Total power in dB = No (in dB) + 10 log BW. So, if No is 50 dB, a noise with a bandwidth of 2 Hz would yield the value Total power = 50 + 10 log (2) = 50 + 10 (.3) = 53 dB.

A general rule that appears here is that any time the bandwidth of a noise is doubled the level of the noise goes up by 3 dB. (Because the power is doubled, and the formula for intensity in dB becomes 10log (2/1) the log of 2 is pretty near to .3, and so the dB increase is 3.) The little section on narrowband noise is interesting, because of the amplitude changes that occur because if the range of acceptable frequencies is pretty small then the random process that generates the noise will often pick frequencies that are filtered out, and so the amplitude of the noise falls. As a consequence the noise signal starts to look a lot like the envelope of a speech signal.

Researchers manipulate FM and AM sound because they seem to capture in a simple way complex features of the speech signal, but they are simple only with respect to the complexity of speech. Compared to simple tones, they can be very complex. The most complex stimulus that I have run across in an experiment that had a very practical intent was devised by Stefanatos, Green, and Ratcliff (Archives of Neurology, 1989), in an attempt to explore the possibility that dyslexia has in part a basis in auditory dysfunction.
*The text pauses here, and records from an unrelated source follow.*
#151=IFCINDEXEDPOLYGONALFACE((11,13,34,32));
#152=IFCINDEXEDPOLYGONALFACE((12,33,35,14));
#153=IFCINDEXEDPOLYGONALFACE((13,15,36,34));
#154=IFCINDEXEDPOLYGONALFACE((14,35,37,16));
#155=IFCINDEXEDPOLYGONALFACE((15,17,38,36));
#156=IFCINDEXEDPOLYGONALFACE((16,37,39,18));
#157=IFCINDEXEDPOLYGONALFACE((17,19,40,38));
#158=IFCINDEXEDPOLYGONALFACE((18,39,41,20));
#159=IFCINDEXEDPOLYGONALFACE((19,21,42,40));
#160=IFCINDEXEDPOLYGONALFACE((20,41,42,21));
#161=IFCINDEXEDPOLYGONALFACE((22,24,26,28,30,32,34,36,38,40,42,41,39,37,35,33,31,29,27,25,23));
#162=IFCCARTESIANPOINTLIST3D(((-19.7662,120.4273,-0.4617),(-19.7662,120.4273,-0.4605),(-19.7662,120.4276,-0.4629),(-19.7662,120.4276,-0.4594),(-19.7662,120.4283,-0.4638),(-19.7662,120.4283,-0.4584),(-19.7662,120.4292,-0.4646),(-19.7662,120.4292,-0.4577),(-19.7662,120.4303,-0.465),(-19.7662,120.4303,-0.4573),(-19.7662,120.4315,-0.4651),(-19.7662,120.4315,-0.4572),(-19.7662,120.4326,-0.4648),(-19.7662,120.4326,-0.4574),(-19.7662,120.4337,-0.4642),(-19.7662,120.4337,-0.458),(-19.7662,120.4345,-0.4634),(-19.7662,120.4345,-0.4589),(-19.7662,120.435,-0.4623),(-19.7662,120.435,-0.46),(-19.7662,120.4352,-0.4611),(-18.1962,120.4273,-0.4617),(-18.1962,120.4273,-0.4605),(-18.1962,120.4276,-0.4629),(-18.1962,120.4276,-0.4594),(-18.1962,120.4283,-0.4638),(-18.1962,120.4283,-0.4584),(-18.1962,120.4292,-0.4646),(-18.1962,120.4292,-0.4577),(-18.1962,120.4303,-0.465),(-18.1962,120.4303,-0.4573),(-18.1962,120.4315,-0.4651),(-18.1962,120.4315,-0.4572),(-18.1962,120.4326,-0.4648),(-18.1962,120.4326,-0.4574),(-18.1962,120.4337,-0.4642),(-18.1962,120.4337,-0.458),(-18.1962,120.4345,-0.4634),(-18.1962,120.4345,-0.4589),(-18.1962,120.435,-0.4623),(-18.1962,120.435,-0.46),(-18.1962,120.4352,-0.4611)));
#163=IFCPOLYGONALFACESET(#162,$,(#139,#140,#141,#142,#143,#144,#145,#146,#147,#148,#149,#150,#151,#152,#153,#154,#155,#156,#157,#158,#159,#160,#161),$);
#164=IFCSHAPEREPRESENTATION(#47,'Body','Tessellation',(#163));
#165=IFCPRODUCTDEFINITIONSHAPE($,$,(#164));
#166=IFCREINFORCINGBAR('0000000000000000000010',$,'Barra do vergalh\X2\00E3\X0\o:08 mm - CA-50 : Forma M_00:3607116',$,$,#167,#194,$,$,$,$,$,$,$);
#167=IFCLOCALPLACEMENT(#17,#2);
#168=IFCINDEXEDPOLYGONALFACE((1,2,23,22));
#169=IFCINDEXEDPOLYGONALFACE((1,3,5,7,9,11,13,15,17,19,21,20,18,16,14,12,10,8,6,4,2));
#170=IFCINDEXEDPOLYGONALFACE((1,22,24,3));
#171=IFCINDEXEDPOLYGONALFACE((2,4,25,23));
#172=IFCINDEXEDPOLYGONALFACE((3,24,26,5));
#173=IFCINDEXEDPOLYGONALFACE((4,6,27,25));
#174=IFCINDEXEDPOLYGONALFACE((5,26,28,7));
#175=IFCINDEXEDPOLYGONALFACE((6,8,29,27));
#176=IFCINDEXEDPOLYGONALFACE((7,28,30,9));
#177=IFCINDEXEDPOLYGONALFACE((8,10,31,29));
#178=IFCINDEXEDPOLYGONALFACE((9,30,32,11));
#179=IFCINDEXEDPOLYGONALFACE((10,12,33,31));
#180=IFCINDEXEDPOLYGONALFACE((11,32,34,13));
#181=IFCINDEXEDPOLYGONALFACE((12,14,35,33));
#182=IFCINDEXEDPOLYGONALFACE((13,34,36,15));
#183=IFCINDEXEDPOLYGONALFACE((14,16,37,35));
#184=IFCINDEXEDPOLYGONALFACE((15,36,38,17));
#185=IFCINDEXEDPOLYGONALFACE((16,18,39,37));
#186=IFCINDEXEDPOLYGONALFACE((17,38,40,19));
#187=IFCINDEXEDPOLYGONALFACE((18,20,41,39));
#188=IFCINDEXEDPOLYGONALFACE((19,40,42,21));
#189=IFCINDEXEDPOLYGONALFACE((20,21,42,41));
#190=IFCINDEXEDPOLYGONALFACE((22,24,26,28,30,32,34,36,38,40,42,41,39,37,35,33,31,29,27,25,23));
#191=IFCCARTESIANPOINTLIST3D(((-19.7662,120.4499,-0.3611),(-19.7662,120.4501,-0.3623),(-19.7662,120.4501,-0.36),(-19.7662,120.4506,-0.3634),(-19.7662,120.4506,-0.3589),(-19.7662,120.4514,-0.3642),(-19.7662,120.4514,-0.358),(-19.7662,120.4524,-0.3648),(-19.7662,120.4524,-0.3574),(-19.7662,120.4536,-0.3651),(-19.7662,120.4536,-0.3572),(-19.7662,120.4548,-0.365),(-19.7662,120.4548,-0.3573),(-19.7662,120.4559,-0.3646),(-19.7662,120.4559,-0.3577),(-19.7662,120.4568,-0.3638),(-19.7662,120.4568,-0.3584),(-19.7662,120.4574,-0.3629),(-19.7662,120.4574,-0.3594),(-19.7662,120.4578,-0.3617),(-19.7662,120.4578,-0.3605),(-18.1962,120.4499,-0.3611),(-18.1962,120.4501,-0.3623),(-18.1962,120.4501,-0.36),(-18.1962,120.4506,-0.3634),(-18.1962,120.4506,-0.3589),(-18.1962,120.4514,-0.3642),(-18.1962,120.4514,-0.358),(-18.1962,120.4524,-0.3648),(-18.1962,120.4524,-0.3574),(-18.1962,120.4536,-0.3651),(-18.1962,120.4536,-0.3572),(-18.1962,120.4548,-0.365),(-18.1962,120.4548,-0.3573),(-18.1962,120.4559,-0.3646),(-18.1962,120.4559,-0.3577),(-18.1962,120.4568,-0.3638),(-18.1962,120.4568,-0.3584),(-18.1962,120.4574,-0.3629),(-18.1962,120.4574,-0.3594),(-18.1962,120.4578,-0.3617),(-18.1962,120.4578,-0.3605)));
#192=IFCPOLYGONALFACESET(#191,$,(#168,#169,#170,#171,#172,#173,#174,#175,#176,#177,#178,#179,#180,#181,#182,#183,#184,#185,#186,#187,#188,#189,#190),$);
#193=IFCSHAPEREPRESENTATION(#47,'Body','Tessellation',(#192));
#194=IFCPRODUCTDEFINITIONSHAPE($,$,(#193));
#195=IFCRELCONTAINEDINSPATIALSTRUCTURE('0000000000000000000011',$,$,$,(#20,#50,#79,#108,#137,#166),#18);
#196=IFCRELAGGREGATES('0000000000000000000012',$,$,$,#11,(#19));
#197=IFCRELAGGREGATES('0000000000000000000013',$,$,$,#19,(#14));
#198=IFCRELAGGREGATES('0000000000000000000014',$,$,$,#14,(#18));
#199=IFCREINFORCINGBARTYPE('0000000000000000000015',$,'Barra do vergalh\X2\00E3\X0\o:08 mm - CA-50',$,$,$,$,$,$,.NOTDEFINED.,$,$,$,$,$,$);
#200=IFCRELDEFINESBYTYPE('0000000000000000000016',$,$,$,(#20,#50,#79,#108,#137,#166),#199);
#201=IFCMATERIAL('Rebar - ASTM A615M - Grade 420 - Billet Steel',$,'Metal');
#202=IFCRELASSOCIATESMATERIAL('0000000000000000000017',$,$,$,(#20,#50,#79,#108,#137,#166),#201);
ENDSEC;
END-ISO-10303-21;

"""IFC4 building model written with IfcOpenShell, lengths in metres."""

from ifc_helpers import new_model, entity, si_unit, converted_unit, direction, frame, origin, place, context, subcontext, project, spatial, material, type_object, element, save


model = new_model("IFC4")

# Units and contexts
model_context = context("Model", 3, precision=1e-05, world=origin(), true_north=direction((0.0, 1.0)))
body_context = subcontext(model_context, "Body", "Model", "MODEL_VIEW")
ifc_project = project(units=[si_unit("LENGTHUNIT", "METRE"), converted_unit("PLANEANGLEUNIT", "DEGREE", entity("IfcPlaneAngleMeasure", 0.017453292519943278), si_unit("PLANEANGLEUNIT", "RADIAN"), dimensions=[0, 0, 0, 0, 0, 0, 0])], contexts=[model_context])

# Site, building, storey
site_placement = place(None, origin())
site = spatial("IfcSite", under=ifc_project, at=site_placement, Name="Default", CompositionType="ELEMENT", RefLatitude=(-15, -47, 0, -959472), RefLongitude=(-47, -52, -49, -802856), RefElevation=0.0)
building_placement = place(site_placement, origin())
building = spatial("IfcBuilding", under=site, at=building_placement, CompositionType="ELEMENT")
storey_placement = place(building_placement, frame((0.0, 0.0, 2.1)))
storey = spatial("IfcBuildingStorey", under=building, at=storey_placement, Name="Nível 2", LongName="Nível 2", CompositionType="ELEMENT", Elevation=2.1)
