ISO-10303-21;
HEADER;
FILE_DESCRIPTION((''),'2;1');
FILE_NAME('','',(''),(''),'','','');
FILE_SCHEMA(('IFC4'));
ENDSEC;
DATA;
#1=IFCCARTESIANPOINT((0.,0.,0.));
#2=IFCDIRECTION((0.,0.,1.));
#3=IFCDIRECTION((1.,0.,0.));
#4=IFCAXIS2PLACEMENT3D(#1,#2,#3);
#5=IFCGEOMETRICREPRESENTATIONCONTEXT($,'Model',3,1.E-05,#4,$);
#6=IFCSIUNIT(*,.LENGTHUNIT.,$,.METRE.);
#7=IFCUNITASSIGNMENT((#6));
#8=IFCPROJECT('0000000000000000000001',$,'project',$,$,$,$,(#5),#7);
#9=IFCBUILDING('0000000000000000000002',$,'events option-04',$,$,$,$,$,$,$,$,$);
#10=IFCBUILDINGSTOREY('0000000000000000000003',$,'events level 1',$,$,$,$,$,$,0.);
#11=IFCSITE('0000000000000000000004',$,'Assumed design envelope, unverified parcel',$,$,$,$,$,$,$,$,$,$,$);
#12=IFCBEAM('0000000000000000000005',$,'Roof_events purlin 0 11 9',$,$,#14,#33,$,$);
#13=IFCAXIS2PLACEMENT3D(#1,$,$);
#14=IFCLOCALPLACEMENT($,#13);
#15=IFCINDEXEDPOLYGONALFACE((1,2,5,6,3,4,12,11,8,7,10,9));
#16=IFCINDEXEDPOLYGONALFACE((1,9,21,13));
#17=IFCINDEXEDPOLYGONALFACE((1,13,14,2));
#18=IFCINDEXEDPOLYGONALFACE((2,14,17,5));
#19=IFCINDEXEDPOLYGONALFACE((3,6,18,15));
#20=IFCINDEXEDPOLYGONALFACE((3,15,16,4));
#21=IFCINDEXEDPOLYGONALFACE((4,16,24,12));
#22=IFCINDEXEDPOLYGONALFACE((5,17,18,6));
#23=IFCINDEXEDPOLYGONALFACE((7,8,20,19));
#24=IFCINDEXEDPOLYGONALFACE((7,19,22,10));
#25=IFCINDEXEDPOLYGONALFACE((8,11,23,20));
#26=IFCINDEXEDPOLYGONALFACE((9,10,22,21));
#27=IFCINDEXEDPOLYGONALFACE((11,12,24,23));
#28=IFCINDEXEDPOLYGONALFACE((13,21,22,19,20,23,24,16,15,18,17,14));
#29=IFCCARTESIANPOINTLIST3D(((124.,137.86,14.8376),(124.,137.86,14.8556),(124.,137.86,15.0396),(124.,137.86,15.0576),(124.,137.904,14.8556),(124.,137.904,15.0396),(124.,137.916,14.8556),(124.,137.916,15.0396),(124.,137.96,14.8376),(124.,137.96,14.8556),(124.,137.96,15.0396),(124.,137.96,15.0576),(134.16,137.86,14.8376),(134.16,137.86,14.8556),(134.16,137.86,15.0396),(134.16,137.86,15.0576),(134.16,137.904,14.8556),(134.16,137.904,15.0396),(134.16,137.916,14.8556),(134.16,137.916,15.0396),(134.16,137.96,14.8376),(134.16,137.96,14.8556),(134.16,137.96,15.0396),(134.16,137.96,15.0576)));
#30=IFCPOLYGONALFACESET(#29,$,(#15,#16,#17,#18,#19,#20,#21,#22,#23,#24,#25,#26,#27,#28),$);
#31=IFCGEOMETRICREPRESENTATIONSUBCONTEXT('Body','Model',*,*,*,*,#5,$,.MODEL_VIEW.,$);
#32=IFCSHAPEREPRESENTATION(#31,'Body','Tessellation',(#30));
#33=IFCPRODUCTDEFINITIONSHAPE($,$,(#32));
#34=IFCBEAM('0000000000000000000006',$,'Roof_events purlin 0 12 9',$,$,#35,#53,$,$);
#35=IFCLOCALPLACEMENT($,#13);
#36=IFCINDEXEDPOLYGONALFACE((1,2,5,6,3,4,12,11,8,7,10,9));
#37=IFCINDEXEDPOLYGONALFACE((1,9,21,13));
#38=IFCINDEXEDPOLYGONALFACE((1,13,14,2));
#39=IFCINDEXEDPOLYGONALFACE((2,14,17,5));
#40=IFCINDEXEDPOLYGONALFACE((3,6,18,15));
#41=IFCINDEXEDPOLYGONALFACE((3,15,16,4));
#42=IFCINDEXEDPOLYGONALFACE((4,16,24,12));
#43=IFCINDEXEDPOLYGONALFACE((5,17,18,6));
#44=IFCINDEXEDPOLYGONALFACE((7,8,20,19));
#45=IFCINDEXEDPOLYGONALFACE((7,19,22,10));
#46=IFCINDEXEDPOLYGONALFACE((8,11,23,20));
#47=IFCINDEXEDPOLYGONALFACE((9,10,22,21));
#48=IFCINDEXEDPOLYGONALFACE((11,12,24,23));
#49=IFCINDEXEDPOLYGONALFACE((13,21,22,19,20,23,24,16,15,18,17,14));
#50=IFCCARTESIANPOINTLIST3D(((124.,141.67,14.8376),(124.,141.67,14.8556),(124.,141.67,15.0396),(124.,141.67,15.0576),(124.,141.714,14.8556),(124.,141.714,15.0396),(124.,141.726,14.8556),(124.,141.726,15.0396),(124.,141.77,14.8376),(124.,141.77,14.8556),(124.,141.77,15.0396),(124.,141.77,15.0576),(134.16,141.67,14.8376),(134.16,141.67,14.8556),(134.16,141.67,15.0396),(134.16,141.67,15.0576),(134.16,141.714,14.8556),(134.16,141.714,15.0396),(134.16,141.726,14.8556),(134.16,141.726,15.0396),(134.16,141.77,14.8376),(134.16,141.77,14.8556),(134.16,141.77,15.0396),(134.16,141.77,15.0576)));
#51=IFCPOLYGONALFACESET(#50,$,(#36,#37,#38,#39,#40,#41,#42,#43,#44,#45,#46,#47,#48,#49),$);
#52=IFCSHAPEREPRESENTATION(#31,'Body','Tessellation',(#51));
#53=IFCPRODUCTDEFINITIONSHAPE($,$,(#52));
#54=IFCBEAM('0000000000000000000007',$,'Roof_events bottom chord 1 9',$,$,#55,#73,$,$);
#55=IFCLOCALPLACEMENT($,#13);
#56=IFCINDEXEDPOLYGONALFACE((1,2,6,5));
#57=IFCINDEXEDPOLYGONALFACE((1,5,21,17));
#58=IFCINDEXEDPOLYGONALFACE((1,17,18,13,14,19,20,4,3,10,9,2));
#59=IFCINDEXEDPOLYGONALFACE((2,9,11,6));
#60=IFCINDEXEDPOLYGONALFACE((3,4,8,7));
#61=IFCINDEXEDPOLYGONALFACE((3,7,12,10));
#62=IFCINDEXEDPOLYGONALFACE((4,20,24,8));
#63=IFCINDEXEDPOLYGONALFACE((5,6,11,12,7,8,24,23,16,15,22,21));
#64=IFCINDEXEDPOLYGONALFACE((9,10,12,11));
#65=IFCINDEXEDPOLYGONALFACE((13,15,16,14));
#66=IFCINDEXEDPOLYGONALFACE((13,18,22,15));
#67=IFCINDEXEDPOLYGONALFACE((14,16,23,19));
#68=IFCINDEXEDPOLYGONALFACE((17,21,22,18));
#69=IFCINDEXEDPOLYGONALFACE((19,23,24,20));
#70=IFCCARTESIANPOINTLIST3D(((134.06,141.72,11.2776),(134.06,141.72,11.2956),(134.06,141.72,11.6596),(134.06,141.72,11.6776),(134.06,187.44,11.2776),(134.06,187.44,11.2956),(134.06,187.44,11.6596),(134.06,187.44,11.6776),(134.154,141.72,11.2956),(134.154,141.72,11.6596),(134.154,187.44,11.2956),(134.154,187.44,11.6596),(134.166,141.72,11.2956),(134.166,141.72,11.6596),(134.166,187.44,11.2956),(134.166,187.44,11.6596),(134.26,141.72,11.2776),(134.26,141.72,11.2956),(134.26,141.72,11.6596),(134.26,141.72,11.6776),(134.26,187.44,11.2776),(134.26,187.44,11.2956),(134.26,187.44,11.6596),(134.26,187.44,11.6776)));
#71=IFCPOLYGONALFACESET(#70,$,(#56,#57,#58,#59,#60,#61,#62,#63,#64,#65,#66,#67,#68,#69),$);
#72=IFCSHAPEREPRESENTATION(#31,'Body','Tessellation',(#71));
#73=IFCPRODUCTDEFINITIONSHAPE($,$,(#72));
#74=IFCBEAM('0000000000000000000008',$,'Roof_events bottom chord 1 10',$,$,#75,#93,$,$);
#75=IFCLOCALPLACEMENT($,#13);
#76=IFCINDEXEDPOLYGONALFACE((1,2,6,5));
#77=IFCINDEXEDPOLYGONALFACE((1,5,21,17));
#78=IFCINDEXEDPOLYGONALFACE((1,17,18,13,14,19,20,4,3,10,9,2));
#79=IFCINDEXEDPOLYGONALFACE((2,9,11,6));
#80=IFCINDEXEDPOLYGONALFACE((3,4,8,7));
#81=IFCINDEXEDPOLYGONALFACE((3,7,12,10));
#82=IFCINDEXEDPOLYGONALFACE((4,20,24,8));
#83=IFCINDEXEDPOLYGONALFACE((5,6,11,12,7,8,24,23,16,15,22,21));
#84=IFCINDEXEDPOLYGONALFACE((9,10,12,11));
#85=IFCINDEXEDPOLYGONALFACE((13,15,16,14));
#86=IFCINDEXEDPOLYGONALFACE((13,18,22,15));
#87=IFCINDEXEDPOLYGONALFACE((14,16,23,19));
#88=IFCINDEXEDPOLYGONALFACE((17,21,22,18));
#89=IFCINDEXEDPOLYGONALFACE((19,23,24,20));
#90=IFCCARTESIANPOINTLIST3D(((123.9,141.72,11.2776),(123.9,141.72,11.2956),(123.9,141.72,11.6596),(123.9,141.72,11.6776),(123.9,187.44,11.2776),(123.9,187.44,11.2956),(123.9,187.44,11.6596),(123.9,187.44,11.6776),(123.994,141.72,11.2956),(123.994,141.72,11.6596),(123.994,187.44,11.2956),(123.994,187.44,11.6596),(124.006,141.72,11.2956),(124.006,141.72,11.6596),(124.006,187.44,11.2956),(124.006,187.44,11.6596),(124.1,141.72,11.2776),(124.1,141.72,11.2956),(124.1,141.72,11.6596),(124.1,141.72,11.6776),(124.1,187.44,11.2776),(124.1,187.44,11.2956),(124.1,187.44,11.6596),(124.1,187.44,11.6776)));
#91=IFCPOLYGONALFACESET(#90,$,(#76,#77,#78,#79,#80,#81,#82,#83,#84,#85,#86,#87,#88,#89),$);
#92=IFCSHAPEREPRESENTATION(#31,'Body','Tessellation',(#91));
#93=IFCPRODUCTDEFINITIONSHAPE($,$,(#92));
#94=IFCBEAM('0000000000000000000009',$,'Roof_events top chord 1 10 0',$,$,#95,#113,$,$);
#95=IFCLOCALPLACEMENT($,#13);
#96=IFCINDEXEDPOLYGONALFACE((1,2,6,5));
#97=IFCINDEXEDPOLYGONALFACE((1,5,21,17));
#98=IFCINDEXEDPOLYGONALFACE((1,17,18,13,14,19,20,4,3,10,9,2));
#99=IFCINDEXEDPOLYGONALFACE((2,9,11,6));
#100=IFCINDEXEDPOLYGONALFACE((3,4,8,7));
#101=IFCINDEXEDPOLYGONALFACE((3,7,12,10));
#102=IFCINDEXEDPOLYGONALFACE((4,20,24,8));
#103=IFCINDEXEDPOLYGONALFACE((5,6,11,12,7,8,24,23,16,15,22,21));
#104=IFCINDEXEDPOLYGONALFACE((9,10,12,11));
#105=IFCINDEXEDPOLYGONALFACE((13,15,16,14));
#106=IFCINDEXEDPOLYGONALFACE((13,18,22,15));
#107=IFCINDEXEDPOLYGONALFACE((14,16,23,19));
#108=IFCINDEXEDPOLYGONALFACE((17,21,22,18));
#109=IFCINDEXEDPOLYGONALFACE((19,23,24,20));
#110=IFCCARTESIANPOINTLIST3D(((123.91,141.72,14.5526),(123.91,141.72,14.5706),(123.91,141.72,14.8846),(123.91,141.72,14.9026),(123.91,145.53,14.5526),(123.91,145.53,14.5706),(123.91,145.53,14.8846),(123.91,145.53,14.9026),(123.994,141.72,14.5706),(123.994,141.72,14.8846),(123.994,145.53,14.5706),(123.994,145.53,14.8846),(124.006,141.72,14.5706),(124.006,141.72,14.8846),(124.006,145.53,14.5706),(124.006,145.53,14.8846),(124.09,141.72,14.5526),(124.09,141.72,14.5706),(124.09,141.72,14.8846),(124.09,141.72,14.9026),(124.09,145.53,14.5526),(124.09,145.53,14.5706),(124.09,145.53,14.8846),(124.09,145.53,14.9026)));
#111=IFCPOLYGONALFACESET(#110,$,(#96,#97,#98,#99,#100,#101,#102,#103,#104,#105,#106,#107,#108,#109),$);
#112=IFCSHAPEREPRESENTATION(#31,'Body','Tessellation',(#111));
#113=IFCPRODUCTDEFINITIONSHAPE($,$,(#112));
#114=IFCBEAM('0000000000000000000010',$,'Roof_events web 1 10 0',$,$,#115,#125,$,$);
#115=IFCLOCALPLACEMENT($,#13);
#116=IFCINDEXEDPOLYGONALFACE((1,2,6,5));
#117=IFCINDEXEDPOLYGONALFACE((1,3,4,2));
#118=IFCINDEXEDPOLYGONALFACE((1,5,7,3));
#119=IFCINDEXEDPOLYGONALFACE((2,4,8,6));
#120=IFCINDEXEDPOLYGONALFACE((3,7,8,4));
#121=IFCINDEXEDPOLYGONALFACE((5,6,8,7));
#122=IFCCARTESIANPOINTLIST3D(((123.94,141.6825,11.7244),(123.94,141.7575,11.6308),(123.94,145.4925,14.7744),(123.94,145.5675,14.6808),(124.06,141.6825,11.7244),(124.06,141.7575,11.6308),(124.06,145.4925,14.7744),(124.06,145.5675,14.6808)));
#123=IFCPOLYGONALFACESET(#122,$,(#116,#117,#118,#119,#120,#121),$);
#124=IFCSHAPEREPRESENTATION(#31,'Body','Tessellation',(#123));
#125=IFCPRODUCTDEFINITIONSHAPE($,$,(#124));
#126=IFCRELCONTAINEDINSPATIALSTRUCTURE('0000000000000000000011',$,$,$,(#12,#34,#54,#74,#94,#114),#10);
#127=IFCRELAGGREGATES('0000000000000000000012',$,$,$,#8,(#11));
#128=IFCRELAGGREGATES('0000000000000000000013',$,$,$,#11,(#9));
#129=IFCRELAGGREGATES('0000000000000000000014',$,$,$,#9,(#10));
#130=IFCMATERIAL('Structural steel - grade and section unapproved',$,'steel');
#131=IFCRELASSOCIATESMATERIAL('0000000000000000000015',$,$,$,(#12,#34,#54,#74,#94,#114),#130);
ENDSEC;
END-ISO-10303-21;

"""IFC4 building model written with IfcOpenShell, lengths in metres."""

from ifc_helpers import new_model, si_unit, frame, origin_with_axes, place, context, subcontext, project, spatial, rectangle, i_section, extrude, material, element, save


model = new_model("IFC4")

# Units and contexts
model_context = context("Model", 3, precision=1e-05, world=origin_with_axes())
body_context = subcontext(model_context, "Body", "Model", "MODEL_VIEW")
ifc_project = project(units=[si_unit("LENGTHUNIT", "METRE")], contexts=[model_context])

# Site, building, storey
site = spatial("IfcSite", under=ifc_project, Name="Assumed design envelope, unverified parcel")
building = spatial("IfcBuilding", under=site, Name="events option-04")
storey = spatial("IfcBuildingStorey", under=building, Name="events level 1", Elevation=0.0)

# Shared definitions
ifc_material = material(Name="Structural steel - grade and section unapproved", Category="steel")

# Beams
for number, where, z_axis, x_axis, name in (
    (1, (134.16, 137.91, 14.9476), (-1.0, 0.0, 0.0), (0.0, -1.0, 0.0), "Roof_events purlin 0 11 9"),
    (2, (134.16, 141.72, 14.9476), (-1.0, 0.0, 0.0), (0.0, -1.0, 0.0), "Roof_events purlin 0 12 9"),
):
    element("IfcBeam", number, at=place(None, frame(where, z_axis=z_axis, x_axis=x_axis)), inside=storey, material=ifc_material, Name=name, context=body_context, shape_type="SweptSolid", body=[
        extrude(i_section(OverallWidth=0.1, OverallDepth=0.22, WebThickness=0.012, FlangeThickness=0.018, FilletRadius=0.0), origin_with_axes(), (0.0, 0.0, 1.0), 10.16),
    ])
for number, where, z_axis, x_axis, name in (
    (3, (134.16, 141.72, 11.4776), (0.0, 1.0, 0.0), (-1.0, 0.0, 0.0), "Roof_events bottom chord 1 9"),
    (4, (124.0, 141.72, 11.4776), (0.0, 1.0, 0.0), (-1.0, 0.0, 0.0), "Roof_events bottom chord 1 10"),
):
    element("IfcBeam", number, at=place(None, frame(where, z_axis=z_axis, x_axis=x_axis)), inside=storey, material=ifc_material, Name=name, context=body_context, shape_type="SweptSolid", body=[
        extrude(i_section(OverallWidth=0.2, OverallDepth=0.4, WebThickness=0.012, FlangeThickness=0.018, FilletRadius=0.0), origin_with_axes(), (0.0, 0.0, 1.0), 45.72),
    ])
beam_1_placement = place(None, frame((124.0, 141.72, 14.7276), z_axis=(0.0, 1.0, 0.0), x_axis=(-1.0, 0.0, 0.0)))
element("IfcBeam", 5, at=beam_1_placement, inside=storey, material=ifc_material, Name="Roof_events top chord 1 10 0", context=body_context, shape_type="SweptSolid", body=[
    extrude(i_section(OverallWidth=0.18, OverallDepth=0.35, WebThickness=0.012, FlangeThickness=0.018, FilletRadius=0.0), origin_with_axes(), (0.0, 0.0, 1.0), 3.81),
])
Stefanatos et al. started with a frequency modulated tone, in which the frequency was modulated at 10 Hz. The carrier tone was 1000 Hz, and so it increased and decreased past 1000 every 50 ms, with the complete cycle taking 100 ms. Normally an FM tone would be expected to go from a constant high value to a constant low value in that period of time: for example, it might cycle back and forth between 900 Hz and 1100 Hz. The authors wanted to know whether children would be able to detect this rate of change in frequency, but they also wanted to use an objective measure of brain activity as their measure, which was the auditory evoked potential. For this purpose they had to have an acoustic event that could be heard at relatively slow rates: so they needed to present both the fast change in frequency modulation that could be heard or not, and a slow change in something else that would be picked up as an evoked potential, but only if the subjects heard the fast change. In order to do this Stefanatos et al. also varied the range of frequencies over which the carrier frequency was being changed (this is called modulation depth) at 4 Hz. Thus in one 100 ms. cycle the tone might start to shift relatively slowly from 950 to 1050, but then as the cycle continued the target would shift to 1080 and then 1100, and so forth. They never varied the amplitude of the stimulus, so the loudness was constant. Also constant was the increase or decrease in depth over time, so the only stimulus that could be heard to change over time was how fast the frequencies were changing. They thought that their stimulus would be very similar to the frequency shifts of speech, and they could also because they could get auditory evoked potentials to a 4 Hz modulation, but only if the children could hear the frequency shift. They went on to show that a certain category of dyslexic children (receptive dyslexics) could not detect this modulation rate, indicating that they had a problem with temporal acuity.